Please count how many lines in the entries below contain "IFCRELASSOCIATESMATERIAL" and reply with the figure alone.

### DATA FOR REVIEW
· · ·

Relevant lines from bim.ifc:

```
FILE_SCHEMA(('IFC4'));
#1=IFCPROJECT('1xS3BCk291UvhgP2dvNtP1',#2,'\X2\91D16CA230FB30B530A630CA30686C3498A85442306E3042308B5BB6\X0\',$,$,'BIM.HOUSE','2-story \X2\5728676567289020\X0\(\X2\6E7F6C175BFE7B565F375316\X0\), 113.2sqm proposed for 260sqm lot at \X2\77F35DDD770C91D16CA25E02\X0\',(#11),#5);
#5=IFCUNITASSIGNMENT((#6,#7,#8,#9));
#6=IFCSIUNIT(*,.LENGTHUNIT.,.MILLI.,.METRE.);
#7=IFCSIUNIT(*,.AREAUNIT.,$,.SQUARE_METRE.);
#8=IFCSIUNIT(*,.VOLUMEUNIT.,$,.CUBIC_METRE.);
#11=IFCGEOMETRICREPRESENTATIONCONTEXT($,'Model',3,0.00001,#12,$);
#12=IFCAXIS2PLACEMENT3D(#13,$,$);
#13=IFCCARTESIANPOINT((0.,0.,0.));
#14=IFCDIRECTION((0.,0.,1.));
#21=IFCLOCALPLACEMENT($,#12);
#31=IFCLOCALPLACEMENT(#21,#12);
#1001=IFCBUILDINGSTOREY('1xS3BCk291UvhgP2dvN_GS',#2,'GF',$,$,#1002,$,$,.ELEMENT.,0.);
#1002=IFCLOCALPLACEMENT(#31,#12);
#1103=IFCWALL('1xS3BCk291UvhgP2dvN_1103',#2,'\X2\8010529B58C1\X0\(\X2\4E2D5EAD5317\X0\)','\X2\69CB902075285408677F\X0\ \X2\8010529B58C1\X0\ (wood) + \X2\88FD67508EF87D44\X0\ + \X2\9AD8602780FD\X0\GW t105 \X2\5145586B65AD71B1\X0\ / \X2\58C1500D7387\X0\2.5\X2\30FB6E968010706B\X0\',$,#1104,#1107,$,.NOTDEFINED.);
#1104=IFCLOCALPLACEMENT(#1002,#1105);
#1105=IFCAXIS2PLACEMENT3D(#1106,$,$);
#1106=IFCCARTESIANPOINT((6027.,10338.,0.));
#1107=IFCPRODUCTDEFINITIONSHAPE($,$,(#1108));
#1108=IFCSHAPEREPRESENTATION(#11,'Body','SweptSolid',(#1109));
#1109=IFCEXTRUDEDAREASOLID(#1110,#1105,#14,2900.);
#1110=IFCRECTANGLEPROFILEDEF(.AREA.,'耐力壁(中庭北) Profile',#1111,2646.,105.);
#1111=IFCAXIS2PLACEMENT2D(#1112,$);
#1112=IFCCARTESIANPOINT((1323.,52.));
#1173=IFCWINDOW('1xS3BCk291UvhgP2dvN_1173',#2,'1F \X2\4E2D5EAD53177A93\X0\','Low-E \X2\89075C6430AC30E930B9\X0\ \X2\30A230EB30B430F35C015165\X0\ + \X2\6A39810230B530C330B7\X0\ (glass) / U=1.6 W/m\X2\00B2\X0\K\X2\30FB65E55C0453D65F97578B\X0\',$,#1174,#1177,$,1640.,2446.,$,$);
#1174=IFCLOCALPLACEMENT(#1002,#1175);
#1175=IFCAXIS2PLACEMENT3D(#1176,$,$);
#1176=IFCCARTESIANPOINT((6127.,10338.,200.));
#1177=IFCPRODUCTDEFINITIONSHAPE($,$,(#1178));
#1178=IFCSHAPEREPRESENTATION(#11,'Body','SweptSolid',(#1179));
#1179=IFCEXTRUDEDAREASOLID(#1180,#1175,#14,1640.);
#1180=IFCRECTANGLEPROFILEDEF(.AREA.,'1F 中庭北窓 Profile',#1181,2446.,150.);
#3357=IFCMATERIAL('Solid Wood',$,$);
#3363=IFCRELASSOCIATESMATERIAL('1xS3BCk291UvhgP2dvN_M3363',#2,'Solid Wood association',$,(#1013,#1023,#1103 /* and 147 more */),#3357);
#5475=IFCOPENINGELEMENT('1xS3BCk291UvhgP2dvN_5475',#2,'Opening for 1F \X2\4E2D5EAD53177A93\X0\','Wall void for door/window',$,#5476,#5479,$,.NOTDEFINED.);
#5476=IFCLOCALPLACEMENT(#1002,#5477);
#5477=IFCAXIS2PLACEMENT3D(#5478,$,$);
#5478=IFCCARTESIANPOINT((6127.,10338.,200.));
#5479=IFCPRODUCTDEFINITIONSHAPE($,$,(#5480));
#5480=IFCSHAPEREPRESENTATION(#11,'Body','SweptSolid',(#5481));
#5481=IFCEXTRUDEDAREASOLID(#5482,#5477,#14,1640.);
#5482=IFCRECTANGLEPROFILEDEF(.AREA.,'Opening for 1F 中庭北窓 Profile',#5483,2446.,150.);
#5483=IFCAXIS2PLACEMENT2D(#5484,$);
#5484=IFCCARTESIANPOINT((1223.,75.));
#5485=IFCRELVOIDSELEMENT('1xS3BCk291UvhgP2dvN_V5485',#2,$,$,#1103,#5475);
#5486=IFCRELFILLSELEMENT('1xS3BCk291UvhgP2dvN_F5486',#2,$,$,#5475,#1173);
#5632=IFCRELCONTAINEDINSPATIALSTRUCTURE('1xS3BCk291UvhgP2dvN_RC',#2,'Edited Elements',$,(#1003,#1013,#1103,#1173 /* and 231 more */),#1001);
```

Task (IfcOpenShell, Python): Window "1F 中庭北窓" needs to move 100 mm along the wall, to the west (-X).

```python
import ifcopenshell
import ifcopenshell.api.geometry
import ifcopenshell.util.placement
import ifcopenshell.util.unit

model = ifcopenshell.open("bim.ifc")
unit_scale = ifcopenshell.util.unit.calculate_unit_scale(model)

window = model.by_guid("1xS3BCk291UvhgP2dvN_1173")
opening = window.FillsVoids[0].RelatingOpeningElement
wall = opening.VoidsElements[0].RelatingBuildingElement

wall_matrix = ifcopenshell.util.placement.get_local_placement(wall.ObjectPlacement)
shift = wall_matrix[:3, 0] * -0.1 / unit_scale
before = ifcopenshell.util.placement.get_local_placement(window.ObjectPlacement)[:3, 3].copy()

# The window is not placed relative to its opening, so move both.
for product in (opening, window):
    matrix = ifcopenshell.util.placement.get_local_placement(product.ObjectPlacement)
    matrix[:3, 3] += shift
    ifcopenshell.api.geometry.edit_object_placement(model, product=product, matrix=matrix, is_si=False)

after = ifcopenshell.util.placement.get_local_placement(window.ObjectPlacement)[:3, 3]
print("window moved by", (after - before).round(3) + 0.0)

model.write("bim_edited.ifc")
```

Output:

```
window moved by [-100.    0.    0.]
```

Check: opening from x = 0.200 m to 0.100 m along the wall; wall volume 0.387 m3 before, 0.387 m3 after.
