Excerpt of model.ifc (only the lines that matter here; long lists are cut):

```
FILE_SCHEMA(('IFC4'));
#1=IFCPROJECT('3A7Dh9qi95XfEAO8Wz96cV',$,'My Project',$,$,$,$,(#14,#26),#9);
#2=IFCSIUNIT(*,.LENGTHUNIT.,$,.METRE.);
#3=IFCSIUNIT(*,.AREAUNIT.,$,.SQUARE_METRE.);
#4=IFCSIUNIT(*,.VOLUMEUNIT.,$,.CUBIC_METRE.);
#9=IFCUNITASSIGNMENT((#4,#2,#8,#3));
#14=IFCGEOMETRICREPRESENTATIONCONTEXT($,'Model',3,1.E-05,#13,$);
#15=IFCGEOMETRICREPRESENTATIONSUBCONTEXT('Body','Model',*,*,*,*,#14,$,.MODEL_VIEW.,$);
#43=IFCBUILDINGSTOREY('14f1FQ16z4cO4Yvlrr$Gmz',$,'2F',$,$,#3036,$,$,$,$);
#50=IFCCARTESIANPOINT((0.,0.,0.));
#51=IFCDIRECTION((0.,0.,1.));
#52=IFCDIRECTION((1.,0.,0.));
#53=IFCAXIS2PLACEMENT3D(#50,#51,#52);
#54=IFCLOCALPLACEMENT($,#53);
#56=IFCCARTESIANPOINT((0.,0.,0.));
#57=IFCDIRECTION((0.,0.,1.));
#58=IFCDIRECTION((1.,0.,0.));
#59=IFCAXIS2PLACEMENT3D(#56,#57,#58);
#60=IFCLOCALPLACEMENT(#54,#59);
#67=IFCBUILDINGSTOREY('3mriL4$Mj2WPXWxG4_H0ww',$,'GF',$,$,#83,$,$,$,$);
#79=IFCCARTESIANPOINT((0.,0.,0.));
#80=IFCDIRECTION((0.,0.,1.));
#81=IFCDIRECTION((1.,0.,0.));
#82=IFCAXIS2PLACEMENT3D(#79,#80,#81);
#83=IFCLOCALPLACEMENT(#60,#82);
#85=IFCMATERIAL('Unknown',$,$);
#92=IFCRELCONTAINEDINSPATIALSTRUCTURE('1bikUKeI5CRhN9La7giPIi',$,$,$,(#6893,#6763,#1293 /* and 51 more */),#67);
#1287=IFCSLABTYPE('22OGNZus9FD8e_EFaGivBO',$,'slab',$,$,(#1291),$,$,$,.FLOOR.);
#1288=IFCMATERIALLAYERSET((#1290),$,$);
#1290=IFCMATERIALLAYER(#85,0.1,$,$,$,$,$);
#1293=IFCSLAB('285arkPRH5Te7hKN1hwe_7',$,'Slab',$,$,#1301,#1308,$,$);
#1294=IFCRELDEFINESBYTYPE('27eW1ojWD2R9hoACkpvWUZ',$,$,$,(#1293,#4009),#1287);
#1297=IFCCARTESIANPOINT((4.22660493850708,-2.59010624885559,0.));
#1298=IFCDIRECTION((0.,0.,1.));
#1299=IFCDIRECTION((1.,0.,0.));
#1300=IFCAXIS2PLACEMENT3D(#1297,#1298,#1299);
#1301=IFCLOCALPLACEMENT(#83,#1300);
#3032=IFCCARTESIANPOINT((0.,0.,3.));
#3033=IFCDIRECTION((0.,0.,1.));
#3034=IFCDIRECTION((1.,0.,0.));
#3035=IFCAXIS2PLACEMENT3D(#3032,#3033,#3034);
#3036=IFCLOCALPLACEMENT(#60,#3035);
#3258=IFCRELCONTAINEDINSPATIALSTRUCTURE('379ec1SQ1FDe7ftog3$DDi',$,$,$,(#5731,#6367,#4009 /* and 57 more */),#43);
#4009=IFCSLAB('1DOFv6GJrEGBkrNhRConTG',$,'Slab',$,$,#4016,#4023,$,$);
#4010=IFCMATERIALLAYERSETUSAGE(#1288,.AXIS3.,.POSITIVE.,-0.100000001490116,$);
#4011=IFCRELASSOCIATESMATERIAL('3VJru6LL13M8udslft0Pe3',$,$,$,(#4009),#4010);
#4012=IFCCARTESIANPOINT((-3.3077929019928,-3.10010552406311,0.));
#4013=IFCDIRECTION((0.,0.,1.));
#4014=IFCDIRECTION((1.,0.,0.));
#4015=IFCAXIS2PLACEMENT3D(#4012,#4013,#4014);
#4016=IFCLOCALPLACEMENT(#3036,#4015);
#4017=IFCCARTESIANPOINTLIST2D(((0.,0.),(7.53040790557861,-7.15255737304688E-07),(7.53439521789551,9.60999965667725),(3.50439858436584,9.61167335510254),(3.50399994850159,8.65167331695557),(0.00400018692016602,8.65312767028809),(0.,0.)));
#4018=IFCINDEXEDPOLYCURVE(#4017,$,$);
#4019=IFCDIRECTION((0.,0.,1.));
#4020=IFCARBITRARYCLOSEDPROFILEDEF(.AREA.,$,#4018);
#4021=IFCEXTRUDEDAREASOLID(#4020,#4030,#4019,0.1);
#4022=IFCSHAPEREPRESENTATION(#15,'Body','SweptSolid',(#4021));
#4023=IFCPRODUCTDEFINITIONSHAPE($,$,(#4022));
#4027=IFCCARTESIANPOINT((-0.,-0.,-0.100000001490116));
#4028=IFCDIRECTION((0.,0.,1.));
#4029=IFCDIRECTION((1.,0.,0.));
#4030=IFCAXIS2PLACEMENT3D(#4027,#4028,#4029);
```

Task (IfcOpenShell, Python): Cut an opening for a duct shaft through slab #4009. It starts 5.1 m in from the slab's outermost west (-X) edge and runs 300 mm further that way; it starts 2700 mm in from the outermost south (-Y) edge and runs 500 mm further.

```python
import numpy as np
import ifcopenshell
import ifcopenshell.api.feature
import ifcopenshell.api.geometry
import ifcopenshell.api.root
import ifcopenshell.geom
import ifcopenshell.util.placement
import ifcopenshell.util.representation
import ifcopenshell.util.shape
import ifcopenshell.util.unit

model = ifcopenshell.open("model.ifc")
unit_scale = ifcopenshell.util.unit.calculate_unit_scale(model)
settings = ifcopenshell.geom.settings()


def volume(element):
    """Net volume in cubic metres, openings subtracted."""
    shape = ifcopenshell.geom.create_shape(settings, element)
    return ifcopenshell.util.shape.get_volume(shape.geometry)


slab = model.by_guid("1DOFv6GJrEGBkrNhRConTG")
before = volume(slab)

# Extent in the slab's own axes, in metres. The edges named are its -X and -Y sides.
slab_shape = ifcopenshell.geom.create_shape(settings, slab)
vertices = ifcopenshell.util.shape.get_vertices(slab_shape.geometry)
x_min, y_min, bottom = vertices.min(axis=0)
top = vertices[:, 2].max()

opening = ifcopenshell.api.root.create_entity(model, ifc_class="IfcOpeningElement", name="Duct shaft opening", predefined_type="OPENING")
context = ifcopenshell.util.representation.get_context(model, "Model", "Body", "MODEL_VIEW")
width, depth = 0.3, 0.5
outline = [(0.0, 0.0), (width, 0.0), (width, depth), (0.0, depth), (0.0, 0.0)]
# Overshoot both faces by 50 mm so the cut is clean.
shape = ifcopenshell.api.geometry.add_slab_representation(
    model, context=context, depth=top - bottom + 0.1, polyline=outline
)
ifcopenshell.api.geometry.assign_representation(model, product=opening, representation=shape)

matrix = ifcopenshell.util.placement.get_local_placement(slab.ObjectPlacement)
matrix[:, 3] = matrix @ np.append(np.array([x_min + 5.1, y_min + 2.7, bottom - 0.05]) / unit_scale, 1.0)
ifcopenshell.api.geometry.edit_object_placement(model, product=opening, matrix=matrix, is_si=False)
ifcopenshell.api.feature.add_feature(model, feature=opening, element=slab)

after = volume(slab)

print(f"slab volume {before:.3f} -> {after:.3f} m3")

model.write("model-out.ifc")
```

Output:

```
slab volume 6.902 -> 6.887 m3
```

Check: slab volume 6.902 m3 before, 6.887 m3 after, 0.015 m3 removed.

· · ·

### SOLUTION TO THIS TASK
2